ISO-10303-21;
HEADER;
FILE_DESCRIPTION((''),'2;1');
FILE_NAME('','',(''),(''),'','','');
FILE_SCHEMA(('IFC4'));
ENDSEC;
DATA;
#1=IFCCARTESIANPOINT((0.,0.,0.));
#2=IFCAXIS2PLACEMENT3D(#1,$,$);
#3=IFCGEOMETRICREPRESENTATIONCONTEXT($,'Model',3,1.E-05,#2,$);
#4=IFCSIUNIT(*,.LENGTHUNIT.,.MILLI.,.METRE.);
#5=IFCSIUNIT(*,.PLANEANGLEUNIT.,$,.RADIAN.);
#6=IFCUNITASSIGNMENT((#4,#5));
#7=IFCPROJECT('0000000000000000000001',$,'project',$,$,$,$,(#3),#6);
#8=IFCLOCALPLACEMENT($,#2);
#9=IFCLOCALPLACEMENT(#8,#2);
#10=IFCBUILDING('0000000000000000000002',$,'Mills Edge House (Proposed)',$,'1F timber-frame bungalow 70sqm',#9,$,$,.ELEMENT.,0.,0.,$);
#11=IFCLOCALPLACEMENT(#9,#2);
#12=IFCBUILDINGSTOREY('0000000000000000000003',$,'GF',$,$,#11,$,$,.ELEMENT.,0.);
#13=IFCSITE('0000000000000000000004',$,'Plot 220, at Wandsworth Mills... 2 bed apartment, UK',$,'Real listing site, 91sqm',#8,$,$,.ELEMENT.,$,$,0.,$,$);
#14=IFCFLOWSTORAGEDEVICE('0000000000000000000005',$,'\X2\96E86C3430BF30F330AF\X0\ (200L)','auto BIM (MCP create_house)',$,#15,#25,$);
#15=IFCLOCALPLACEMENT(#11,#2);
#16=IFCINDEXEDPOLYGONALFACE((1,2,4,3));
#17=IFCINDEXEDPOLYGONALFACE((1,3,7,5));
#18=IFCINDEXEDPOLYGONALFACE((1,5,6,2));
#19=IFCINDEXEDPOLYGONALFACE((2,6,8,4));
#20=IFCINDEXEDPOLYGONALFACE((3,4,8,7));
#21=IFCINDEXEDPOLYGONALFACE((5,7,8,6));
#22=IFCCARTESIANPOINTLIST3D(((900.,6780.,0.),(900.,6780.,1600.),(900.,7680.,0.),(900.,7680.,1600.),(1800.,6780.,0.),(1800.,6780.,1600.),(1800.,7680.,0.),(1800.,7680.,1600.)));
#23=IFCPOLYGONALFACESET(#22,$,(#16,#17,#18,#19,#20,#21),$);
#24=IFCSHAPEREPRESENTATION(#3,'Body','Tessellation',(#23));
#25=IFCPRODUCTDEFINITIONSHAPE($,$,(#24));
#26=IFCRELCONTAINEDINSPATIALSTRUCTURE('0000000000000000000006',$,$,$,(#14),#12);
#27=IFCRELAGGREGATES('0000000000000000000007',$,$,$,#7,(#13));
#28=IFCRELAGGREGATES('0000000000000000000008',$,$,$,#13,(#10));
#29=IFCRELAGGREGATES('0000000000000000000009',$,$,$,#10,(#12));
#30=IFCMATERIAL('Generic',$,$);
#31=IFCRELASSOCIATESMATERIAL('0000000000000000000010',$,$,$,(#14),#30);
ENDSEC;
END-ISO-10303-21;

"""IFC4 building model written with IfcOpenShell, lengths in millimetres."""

from ifc_helpers import new_model, si_unit, frame, frame_2d, origin, place, context, project, spatial, rectangle, extrude, material, element, save


model = new_model("IFC4")

# Units and contexts
model_context = context("Model", 3, precision=1e-05, world=origin())
ifc_project = project(units=[si_unit("LENGTHUNIT", "METRE", prefix="MILLI"), si_unit("PLANEANGLEUNIT", "RADIAN")], contexts=[model_context])

# Site, building, storey
site_placement = place(None, origin())
site = spatial("IfcSite", under=ifc_project, at=site_placement, Name="Plot 220, at Wandsworth Mills... 2 bed apartment, UK", ObjectType="Real listing site, 91sqm", CompositionType="ELEMENT", RefElevation=0.0)
building_placement = place(site_placement, origin())
building = spatial("IfcBuilding", under=site, at=building_placement, Name="Mills Edge House (Proposed)", ObjectType="1F timber-frame bungalow 70sqm", CompositionType="ELEMENT", ElevationOfRefHeight=0.0, ElevationOfTerrain=0.0)
storey_placement = place(building_placement, origin())
storey = spatial("IfcBuildingStorey", under=building, at=storey_placement, Name="GF", CompositionType="ELEMENT", Elevation=0.0)

# Shared definitions
ifc_material_1 = material(Name="Generic")

# Flow storage device
flow_storage_device_placement = place(storey_placement, frame((450.0, 3390.0, 0.0)))
element("IfcFlowStorageDevice", 1, at=flow_storage_device_placement, inside=storey, material=ifc_material_1, Name="雨水タンク (200L)", Description="auto BIM (MCP create_house)", context=model_context, shape_type="SweptSolid", body=[
    extrude(rectangle(XDim=900.0, YDim=900.0, at=frame_2d((450.0, 450.0))), frame((450.0, 3390.0, 0.0)), (0.0, 0.0, 1.0), 1600.0),
])

save(model, "model.ifc")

- - -

▶ Task prompt: For each line above that has the word "IFCINDEXEDPOLYGONALFACE", add one to a tally, and report the final tally alone.

▶ Output of the exercise: 6